Es fácil ver hoy trabajos en los que es imprescindible la tarea en equipo. Eso implica saber enviar y recibir mensajes con claridad, puntualidad y precisión; y ser comprensivos cuando la comunicación se hace dificultosa (por problemas técnicos, pero también por la imprecisión humana).
Se valoran la dialéctica y la oratoria, el estar dotado de cultura general, la capacidad de improvisación y valores como la elegancia, el saber estar y el buen humor. No importa si uno es sentimental, colérico o secundario: siempre puede trabajar estos aspectos para mejorar.
4. Liderazgo de equipos y toma de decisiones. No basta con dar órdenes. Para que no les pase como a la reina de Corazones de “Alicia en el País de las Maravillas”, que gritaba desaforadamente pensando que así ejercía el poder. El cazatalentos busca hoy quien es capaz de ejercer de maestro, enseñar, animar y tirar del equipo. Eso es el auténtico líder, el personaje al que siguen muchos por lo que dice y hace. Incluso se puede liderar en silencio, por qué, porque hay silencios elocuentes.
El líder es prudente: se asesora, se documenta, analiza y hace prospectiva sobre el futuro y las consecuencias. El líder es fuerte: decide y asume riesgos. Si salen las cosas bien, es éxito del equipo; si salen las cosas mal, es culpa de él. Los aficionados al fútbol sabrán que esta ha sido siempre la tónica del entrenador Pep Guardiola. Después de un mal partido, un “la culpa es mía por no haber sabido transmitir a los jugadores…”. Si empiezas, en la entrevista de trabajo introduce experiencias en las que se te pueda valorar esta habilidad: ¿has estado en un campamento de verano como responsable?, ¿has llevado a cabo algún proyecto solidario?, ¿estás involucrado en alguna acción de emprendeduría?
5. Adaptación a la transformación digital. Este punto es el que presenta mayor diferencia entre los candidatos que son nativos digitales y el resto.
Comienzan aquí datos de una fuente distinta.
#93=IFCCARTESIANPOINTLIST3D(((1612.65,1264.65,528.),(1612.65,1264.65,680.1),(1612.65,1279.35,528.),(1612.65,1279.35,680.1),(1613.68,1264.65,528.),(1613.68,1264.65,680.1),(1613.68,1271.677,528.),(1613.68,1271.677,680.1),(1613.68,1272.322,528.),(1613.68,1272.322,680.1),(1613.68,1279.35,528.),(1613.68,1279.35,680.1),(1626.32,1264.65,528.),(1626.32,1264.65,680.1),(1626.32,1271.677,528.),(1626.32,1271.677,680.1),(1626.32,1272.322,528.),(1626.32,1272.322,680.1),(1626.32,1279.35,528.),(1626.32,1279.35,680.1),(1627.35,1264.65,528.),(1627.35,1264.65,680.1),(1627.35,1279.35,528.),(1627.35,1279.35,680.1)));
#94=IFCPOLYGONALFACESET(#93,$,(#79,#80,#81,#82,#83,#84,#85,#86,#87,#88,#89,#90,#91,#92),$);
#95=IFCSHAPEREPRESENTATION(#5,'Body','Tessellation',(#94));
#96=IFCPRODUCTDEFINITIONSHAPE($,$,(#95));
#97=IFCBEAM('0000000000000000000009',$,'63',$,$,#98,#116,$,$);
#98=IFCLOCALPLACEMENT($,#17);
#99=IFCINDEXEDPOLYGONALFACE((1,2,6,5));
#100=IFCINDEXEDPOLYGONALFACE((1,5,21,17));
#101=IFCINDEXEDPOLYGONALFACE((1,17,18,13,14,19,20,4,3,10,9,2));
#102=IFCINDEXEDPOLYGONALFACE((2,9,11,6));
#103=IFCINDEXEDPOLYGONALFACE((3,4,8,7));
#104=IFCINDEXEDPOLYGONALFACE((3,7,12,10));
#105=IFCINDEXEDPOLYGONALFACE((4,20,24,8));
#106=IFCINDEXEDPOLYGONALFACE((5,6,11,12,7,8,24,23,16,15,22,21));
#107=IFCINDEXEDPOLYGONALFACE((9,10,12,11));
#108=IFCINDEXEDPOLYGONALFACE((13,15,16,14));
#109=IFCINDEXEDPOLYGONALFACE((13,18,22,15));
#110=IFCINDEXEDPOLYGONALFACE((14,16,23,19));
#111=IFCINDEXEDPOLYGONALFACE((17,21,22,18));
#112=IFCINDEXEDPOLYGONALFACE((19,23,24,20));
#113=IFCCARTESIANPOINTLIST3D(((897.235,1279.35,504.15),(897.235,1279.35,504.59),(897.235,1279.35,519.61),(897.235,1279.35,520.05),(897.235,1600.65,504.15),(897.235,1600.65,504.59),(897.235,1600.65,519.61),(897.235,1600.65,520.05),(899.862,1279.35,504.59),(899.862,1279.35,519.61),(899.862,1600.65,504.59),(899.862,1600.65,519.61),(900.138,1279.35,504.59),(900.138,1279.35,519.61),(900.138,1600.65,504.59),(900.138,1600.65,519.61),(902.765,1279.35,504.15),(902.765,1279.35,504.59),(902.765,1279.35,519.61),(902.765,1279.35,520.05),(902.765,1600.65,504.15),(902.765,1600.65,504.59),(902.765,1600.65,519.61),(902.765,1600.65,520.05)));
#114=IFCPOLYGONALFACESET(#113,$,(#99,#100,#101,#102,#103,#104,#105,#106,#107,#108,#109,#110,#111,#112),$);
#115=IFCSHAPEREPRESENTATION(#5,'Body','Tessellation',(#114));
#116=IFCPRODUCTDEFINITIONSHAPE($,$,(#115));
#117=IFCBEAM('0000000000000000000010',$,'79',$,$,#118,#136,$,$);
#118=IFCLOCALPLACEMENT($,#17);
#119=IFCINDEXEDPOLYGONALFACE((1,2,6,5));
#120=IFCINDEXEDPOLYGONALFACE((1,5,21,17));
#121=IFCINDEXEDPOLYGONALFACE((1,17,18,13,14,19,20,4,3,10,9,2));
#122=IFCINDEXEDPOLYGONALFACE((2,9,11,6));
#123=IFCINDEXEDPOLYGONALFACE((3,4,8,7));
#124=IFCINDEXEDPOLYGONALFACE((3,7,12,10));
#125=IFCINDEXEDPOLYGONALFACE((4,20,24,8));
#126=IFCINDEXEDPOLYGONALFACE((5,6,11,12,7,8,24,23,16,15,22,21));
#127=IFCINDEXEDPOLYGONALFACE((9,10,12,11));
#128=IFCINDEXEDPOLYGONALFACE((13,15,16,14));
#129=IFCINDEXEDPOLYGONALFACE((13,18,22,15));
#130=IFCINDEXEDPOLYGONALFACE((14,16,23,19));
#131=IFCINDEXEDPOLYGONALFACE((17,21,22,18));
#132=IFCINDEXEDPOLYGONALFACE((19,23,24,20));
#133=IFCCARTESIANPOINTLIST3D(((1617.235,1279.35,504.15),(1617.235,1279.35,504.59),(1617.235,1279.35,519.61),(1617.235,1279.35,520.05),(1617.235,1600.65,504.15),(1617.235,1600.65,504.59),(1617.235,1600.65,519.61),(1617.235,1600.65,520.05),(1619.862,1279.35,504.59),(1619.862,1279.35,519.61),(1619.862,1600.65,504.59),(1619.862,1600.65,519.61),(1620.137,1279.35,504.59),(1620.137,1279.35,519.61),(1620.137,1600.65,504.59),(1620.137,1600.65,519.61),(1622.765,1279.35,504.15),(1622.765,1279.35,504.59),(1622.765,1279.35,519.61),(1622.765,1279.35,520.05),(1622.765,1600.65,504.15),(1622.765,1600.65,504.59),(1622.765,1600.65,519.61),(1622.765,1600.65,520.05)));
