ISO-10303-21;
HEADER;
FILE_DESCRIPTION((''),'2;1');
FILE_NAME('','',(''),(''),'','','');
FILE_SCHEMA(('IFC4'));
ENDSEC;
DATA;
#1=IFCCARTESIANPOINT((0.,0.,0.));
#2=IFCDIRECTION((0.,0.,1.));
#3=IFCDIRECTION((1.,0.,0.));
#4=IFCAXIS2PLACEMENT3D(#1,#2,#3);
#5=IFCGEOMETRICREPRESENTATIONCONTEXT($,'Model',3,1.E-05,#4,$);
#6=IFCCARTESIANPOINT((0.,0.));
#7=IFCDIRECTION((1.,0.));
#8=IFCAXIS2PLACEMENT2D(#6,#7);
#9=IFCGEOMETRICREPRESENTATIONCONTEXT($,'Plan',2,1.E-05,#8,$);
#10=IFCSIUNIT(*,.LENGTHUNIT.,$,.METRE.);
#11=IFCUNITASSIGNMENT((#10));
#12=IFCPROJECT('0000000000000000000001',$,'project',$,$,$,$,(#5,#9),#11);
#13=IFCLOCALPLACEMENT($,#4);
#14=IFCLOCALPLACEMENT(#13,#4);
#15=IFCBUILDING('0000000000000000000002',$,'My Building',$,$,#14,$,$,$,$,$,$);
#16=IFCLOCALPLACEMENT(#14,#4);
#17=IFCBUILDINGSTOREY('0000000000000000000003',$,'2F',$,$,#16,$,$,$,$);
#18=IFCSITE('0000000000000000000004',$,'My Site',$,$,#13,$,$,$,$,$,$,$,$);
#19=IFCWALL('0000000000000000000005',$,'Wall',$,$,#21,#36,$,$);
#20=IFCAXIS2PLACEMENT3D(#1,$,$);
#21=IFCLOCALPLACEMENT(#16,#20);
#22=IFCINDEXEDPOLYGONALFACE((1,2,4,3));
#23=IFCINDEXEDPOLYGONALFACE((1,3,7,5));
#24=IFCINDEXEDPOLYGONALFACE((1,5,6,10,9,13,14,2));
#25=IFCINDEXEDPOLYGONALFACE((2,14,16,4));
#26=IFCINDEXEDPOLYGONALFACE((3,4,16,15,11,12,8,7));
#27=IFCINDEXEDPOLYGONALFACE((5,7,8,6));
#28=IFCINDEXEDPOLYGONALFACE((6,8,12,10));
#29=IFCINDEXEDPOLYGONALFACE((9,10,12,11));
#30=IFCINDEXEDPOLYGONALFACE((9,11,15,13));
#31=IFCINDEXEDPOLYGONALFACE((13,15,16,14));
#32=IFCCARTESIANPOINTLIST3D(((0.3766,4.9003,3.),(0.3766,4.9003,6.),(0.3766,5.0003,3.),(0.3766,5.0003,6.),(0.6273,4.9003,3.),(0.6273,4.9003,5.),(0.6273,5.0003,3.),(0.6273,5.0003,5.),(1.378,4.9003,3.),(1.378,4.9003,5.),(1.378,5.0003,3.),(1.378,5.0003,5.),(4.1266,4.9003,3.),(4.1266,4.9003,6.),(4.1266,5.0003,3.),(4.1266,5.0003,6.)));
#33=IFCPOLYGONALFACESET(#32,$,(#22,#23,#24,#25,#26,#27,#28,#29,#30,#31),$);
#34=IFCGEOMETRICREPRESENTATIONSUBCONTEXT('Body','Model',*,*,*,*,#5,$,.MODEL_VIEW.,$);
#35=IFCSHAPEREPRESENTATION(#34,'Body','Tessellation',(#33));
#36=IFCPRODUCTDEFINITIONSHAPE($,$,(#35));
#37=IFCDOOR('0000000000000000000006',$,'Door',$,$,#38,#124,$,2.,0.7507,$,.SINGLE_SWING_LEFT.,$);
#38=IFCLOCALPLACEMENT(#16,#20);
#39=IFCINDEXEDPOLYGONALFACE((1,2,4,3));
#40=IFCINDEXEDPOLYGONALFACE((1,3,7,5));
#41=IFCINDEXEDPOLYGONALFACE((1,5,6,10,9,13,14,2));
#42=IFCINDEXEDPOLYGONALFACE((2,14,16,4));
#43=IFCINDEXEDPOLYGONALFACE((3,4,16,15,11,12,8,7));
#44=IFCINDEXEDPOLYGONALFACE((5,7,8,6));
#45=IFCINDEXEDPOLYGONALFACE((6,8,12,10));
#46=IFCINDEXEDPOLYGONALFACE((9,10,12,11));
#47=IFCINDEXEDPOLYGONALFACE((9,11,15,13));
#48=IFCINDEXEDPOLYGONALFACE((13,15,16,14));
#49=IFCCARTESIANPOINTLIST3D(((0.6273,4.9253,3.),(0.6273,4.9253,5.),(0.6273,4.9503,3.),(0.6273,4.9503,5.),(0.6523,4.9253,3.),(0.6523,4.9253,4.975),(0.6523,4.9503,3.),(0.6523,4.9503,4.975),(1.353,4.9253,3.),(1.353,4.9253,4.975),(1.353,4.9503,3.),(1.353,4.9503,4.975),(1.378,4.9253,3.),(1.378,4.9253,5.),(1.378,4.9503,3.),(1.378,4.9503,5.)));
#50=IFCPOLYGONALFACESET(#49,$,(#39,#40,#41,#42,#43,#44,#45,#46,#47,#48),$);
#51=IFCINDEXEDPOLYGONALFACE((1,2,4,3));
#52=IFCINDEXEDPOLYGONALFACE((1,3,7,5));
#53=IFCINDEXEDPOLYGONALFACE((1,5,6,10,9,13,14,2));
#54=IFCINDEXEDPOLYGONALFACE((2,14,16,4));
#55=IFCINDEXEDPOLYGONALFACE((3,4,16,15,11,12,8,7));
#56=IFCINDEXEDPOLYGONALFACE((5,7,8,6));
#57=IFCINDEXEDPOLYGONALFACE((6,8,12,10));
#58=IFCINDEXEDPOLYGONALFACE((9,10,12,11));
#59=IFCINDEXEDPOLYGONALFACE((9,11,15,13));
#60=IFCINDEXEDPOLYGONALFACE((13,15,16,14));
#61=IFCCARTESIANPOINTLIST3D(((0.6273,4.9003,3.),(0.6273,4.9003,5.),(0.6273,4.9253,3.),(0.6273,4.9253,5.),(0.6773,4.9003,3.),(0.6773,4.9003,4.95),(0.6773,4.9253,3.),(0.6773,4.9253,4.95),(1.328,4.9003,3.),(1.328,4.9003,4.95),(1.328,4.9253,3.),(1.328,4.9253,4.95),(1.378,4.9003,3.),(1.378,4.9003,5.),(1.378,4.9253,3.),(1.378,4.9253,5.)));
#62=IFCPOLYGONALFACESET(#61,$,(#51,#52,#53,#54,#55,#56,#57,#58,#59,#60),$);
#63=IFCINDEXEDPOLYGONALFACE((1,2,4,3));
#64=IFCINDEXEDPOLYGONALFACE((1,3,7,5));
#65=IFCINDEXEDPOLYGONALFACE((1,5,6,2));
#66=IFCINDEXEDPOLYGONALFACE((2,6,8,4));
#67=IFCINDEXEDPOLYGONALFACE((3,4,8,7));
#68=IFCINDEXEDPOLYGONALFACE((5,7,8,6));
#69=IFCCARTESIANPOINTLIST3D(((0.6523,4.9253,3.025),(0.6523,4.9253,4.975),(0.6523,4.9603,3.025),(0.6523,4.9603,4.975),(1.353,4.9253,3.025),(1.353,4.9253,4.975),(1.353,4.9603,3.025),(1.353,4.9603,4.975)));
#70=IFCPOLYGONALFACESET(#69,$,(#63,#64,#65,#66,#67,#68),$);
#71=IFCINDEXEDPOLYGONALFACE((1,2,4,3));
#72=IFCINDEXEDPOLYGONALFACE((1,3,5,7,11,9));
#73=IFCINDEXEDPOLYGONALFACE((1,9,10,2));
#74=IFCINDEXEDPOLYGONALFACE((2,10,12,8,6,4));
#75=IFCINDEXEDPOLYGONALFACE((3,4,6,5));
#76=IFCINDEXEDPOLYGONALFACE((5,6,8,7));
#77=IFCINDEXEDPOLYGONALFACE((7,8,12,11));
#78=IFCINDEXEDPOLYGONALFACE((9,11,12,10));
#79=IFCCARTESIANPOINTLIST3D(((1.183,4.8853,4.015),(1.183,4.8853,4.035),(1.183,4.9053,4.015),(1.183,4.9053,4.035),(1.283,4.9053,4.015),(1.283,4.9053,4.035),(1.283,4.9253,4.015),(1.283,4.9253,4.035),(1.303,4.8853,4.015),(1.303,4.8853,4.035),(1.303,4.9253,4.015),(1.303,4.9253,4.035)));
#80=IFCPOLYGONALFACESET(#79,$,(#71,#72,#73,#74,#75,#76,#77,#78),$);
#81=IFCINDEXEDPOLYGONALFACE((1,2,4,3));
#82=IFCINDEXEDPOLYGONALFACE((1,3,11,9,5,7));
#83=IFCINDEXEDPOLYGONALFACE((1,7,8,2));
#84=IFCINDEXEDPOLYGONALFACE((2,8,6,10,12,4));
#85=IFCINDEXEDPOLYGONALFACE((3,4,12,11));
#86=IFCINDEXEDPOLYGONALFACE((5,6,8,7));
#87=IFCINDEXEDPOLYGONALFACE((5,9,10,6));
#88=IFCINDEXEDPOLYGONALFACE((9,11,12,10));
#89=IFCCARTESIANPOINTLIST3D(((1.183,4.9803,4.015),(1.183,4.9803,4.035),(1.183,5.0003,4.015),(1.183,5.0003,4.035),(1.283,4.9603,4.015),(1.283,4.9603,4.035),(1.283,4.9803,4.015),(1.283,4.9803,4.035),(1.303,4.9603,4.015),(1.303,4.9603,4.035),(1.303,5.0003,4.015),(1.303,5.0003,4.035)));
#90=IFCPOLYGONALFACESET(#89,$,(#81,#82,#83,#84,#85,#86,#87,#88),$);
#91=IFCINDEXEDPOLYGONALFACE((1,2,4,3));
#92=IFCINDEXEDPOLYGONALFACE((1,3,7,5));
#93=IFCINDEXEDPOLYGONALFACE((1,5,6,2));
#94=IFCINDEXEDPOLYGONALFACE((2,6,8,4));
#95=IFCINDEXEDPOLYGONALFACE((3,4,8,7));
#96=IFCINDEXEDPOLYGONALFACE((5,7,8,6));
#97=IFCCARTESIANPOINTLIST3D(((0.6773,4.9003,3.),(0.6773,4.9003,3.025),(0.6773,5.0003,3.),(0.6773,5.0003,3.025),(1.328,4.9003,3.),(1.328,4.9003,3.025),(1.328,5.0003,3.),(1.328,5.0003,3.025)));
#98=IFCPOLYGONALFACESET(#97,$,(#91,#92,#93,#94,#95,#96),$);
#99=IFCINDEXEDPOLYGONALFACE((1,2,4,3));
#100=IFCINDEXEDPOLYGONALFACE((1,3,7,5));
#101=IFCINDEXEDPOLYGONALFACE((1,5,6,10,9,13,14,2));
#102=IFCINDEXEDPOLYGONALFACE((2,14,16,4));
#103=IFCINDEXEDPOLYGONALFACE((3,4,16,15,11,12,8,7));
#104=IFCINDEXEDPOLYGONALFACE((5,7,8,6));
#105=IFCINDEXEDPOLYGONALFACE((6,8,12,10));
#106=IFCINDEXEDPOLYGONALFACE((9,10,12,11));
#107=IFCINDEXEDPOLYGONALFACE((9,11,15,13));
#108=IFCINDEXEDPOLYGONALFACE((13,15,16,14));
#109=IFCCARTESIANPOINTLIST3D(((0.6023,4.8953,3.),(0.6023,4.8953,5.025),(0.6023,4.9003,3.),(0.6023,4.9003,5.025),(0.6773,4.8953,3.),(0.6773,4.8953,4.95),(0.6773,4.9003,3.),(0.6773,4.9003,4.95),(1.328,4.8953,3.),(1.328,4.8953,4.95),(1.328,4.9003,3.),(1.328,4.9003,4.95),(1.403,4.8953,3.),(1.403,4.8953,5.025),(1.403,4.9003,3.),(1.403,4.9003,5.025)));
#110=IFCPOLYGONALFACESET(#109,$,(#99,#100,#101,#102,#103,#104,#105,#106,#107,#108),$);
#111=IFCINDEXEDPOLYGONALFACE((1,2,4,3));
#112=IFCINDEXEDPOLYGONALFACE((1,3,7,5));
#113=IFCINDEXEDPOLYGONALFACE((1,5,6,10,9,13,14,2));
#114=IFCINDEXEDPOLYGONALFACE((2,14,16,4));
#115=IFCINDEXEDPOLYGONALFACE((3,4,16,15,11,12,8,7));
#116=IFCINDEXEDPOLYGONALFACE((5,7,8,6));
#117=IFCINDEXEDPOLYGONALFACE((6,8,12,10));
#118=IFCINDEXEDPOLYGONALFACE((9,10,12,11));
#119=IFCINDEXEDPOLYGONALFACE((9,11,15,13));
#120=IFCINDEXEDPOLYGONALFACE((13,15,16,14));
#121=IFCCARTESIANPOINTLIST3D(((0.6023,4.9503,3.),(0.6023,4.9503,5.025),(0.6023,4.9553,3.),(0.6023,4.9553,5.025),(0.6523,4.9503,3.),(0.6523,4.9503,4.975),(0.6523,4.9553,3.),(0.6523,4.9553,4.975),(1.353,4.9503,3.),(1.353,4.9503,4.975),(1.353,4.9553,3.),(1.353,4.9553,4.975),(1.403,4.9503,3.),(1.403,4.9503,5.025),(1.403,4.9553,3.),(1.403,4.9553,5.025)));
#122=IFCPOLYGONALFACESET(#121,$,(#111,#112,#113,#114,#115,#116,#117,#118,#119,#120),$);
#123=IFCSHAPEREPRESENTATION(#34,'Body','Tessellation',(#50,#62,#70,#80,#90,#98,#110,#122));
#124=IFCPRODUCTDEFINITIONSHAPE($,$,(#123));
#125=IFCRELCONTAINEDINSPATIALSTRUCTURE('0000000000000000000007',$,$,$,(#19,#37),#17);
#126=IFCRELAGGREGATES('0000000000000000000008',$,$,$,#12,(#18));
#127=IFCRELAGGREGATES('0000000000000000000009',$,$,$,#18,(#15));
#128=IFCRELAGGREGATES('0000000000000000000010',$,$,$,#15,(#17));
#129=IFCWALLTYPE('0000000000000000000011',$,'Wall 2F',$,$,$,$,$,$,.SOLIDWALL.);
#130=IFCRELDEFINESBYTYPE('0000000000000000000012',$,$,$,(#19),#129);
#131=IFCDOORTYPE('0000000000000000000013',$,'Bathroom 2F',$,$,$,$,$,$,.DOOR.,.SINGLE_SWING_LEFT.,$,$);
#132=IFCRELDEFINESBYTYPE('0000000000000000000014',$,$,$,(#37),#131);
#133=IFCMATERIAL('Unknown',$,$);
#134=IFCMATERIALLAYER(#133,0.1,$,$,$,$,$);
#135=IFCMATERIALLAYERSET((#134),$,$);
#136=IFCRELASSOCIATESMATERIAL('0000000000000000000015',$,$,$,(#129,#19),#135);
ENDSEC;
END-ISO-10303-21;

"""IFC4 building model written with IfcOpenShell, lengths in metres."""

from ifc_helpers import new_model, entity, si_unit, frame, origin_with_axes, origin_2d_with_axis, place, context, subcontext, project, spatial, line, indexed_curve, outline, extrude, shape, source, transform, mapped, material, layer, layer_set, layer_usage, type_object, type_shapes, element, fill, save


model = new_model("IFC4")

# Units and contexts
model_context = context("Model", 3, precision=1e-05, world=origin_with_axes())
plan_context = context("Plan", 2, precision=1e-05, world=origin_2d_with_axis())
body_context_1 = subcontext(model_context, "Body", "Model", "MODEL_VIEW")
body_context_2 = subcontext(plan_context, "Body", "Plan", "PLAN_VIEW")
ifc_project = project(units=[si_unit("LENGTHUNIT", "METRE")], contexts=[model_context, plan_context])

# Site, building, storey
site_placement = place(None, origin_with_axes())
site = spatial("IfcSite", under=ifc_project, at=site_placement, Name="My Site")
building_placement = place(site_placement, origin_with_axes())
building = spatial("IfcBuilding", under=site, at=building_placement, Name="My Building")
storey_placement = place(building_placement, origin_with_axes())
storey = spatial("IfcBuildingStorey", under=building, at=storey_placement, Name="2F")

# Shared definitions
ifc_material = material(Name="Unknown")

# Shared definitions
ifc_layer = layer(ifc_material, 0.1)
ifc_layer_set = layer_set([ifc_layer])
wall_type = type_object("IfcWallType", Name="Wall 2F", PredefinedType="SOLIDWALL", material=ifc_layer_set)

# Wall, opening, door
ifc_layer_usage_1 = layer_usage(ifc_layer_set, "AXIS2", "POSITIVE", 0.0)
wall_1_placement = place(storey_placement, frame((4.2266, 5.0003, 3.0), z_axis=(0.0, 0.0, 1.0), x_axis=(-1.0, 0.0, 0.0)))
wall_1 = element("IfcWall", 1, at=wall_1_placement, inside=storey, type_object=wall_type, material=ifc_layer_usage_1, Name="Wall", context=body_context_1, shape_type="SweptSolid", body=[
    extrude(outline(indexed_curve([(0.1, 0.0), (0.1, 0.1), (3.85, 0.1), (3.85, 0.0)], segments=[line(1, 2, 3, 4, 1)])), origin_with_axes(), (0.0, 0.0, 1.0), 3.0),
])
shared_shape_1 = source(origin_with_axes(), body_context_1, "Body", "SweptSolid", [
    extrude(outline(indexed_curve([(0.0, 0.0), (0.7507, 0.0), (0.7507, 2.0), (0.0, 2.0)], segments=[line(1, 2, 3, 4, 1)])), frame((0.0, -0.6, 0.0), z_axis=(0.0, -1.0, 0.0), x_axis=(1.0, 0.0, 0.0)), (0.0, 0.0, -1.0), 1.2),
])
opening_1_placement = place(wall_1_placement, frame((3.5993, 0.1, 0.0), z_axis=(0.0, 0.0, 1.0), x_axis=(-1.0, 0.000001, 0.0)))
opening_1 = element("IfcOpeningElement", 2, at=opening_1_placement, cuts=wall_1, PredefinedType="OPENING", context=body_context_1, shape_type="MappedRepresentation", body=[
Sin embargo, para quien pueda pensar que es una habilidad difícil de adquirir, hay que decir que son numerosos los casos de éxito: bloggers de 80 años, tuiteros jubilados…
El aprendizaje debe ser eficaz, para que uno no se desanime. Es mejor comenzar por una sola red social e ir descubriendo el interés que puede tener para uno: Facebook, Twitter, Instagram, Google+…
Puede ser también el interés personal del principio el que me lleve a encontrar la formación profesional: a partir de los amigos de Facebook, por ejemplo, conectar en Linkedin es frecuente.
En cualquier caso, cada profesión requiere un nivel distinto de conocimiento del entorno digital, pero siempre será imprescindible el nivel usuario (desde el manejo de las apps hasta el trabajo en red).